ENPIRE extends to a full fleet: eight dual-arm YAM robot stations, each with its own hardware, computer, and coding agent. The agents test different hypotheses simultaneously and share results solely through Git, the standard version control tool for software. They adopt successful training recipes from one another and autonomously discard bad ideas. A major discovery made in one station propagates throughout the entire fleet.

According to the study, the agents achieve up to 99% success on demanding tasks such as the Push-T test—where the robot must slide a T-shaped block into a target position and orientation—pin sorting in a box, and cutting a cable tie with a wire cutter. For pin insertion, the strategy converged to 100% faster than a comparable method involving a human.

The scale also pays off in terms of time. For the Push-T test, moving from one to eight agents reduced the total success time from about five hours to two hours. For pin insertion, it decreased from over 90 minutes to around 40 minutes. The researchers tested three current coding agents: Codex with GPT-5.5, Claude Code with Opus 4.7, and Kimi Code with Kimi K2.6. Codex achieved the best results in most cases.

The Real World Remains the Toughest Test

The results also show that the real world is still much more challenging than simulation. During the Push-T test, all three agents solved the task in simulation, but two out of three failed in the real environment. The researchers attribute this to unpredictable and variable conditions such as robot dynamics, friction, and object movement. In the RoboCasa simulation, ENPIRE outperformed both an end-to-end vision-language-action model (GR00T) and a tool-based approach without self-searching (CaP-X).

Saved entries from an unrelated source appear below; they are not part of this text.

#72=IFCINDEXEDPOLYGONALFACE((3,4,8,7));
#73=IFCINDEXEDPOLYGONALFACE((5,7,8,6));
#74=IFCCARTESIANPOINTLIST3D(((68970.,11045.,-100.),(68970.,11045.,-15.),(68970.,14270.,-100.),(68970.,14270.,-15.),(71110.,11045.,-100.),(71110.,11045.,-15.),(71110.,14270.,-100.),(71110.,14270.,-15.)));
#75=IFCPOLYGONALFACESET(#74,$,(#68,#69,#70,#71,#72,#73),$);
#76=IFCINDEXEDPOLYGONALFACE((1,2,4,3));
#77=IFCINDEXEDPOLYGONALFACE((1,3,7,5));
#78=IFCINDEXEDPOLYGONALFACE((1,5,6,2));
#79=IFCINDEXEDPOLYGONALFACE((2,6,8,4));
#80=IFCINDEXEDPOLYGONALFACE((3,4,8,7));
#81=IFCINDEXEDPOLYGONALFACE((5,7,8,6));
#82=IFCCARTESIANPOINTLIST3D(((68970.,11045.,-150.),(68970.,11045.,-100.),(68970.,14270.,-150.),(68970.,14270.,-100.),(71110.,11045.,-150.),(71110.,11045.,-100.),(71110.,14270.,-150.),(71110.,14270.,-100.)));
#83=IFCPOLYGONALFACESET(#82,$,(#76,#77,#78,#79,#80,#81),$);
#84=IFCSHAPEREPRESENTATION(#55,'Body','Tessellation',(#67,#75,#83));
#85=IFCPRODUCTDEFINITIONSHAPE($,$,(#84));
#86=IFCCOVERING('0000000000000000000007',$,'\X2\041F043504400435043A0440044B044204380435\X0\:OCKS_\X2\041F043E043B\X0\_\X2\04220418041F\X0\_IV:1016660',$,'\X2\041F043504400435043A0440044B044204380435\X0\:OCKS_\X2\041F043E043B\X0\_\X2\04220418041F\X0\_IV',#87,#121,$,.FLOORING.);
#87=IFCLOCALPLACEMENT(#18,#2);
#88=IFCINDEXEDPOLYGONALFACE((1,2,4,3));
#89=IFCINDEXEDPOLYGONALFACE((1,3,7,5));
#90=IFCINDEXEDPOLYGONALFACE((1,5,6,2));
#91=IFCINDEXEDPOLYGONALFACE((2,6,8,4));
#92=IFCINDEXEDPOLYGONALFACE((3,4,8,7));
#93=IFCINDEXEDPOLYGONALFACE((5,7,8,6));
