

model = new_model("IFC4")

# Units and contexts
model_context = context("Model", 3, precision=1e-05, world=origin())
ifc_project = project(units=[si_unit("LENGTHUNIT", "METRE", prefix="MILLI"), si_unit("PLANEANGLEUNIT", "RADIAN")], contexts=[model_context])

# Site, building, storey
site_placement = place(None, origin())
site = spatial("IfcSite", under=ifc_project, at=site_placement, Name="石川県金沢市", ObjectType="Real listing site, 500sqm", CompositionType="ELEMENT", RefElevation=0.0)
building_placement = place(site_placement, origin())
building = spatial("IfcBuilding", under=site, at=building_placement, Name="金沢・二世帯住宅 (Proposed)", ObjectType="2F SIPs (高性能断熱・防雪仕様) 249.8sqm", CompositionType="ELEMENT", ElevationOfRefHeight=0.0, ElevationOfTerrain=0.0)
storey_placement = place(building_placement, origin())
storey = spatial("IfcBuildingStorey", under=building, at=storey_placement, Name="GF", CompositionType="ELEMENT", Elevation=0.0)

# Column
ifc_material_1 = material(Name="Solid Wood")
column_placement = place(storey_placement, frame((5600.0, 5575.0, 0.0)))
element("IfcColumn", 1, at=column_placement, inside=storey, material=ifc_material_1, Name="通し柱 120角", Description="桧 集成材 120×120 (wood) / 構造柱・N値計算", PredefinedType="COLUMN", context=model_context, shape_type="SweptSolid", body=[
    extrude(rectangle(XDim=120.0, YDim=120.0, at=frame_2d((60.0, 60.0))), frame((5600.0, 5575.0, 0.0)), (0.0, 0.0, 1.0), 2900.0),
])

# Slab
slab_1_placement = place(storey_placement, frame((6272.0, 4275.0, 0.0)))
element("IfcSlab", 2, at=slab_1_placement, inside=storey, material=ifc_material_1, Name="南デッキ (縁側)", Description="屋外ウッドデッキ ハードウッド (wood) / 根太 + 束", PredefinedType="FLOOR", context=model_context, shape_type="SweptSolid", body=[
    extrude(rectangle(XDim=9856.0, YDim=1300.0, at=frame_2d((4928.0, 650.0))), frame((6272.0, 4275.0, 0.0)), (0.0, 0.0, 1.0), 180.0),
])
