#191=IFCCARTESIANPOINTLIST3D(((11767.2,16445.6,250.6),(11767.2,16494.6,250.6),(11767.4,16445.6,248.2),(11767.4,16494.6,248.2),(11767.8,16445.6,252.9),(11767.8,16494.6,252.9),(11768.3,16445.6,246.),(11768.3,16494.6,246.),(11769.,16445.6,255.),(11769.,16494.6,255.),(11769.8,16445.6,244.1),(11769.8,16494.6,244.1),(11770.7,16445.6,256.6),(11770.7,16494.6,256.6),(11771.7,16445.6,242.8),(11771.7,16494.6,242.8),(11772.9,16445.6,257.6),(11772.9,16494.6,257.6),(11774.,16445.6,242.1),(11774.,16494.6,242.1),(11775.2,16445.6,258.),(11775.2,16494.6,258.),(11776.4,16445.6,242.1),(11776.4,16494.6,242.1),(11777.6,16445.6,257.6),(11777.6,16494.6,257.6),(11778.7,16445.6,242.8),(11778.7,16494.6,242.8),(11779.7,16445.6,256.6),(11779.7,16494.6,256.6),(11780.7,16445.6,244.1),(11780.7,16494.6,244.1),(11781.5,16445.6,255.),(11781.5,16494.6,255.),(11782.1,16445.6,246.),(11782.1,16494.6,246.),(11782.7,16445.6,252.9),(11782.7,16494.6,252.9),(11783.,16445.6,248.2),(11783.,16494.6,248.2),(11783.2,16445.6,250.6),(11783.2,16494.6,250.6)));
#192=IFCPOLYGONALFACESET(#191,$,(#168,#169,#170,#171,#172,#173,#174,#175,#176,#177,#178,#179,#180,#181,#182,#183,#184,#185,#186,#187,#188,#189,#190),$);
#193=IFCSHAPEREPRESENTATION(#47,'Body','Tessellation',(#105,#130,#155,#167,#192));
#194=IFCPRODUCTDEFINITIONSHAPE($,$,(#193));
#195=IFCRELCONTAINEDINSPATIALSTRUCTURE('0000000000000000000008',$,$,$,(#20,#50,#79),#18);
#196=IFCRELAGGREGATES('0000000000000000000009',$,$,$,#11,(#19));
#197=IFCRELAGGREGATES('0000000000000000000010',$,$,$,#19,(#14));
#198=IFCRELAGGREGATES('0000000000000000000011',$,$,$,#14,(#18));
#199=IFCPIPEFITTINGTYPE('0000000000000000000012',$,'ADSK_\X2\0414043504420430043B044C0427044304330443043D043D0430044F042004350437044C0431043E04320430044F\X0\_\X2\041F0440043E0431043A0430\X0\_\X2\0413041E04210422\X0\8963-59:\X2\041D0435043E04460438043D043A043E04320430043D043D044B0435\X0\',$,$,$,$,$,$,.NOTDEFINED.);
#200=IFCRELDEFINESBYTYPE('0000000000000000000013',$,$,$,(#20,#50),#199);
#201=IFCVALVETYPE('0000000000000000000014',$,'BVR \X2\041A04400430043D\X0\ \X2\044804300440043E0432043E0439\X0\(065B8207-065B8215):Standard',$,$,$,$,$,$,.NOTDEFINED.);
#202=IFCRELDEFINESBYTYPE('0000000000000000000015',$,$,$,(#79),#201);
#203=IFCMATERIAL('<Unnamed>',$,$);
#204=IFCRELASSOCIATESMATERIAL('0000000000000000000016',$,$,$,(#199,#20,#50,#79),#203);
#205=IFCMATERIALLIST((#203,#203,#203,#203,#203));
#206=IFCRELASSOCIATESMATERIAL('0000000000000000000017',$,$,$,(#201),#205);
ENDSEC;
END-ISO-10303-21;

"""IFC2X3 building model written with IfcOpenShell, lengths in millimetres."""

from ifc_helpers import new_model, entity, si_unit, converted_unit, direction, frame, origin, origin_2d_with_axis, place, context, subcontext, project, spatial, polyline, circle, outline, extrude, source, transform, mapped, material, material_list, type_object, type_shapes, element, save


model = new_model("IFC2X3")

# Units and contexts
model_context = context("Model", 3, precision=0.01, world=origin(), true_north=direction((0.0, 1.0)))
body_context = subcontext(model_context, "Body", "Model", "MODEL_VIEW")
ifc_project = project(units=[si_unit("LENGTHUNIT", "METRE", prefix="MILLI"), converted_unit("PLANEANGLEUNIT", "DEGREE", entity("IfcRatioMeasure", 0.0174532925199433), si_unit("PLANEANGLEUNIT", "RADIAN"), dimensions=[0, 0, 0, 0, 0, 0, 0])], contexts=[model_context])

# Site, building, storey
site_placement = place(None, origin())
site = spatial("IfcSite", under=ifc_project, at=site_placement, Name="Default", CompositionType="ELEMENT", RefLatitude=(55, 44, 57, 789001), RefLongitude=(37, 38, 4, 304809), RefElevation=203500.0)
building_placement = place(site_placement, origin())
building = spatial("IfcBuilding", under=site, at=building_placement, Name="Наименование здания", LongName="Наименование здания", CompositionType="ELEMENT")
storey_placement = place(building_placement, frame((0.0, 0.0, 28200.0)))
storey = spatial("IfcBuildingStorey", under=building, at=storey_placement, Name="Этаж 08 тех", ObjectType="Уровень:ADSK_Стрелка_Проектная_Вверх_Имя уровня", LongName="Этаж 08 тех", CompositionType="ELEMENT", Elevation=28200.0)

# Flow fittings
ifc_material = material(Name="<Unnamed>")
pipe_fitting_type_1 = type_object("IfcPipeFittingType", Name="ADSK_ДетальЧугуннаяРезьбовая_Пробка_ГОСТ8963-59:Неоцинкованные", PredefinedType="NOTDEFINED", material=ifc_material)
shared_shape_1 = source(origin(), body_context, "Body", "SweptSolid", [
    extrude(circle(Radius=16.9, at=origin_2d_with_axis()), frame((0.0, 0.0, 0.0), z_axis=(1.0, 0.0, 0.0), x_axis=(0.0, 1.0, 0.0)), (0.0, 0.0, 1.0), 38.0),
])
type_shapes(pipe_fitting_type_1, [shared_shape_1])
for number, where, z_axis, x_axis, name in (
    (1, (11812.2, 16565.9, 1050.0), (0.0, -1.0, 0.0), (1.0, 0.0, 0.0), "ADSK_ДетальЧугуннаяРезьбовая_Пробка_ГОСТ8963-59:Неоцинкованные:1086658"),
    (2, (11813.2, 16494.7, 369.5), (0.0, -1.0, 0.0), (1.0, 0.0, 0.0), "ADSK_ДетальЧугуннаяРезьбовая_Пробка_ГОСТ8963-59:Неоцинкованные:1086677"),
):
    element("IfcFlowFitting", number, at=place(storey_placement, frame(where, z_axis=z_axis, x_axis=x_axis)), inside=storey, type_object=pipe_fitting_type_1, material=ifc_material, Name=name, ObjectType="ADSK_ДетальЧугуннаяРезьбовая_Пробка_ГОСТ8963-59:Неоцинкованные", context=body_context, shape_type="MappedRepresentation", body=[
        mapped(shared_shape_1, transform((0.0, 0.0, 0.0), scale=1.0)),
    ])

To measure efficiency, the researchers propose two metrics: Mean Robot Utilization (MRU), which tracks the actual working time the robot spends on tasks, and Mean Token Utilization (MTU), which counts the language model usage per minute. The skills acquired also transfer: the experience from pin insertion helped the agents insert GPUs into a motherboard using robotic arms.

The study is clear about its limitations. The robots and computation are not fully utilized as the agents spend a lot of time reading logs, writing code, and waiting. The more robots in the fleet, the lower the utilization per robot, as agents spend more time summarizing results from others. Token costs also rise faster than performance gains: larger fleets reach their goals more quickly but consume significantly more computational budget to do so. Nevertheless, the researchers view ENPIRE as a practical pathway toward robots capable of self-improvement in the real world.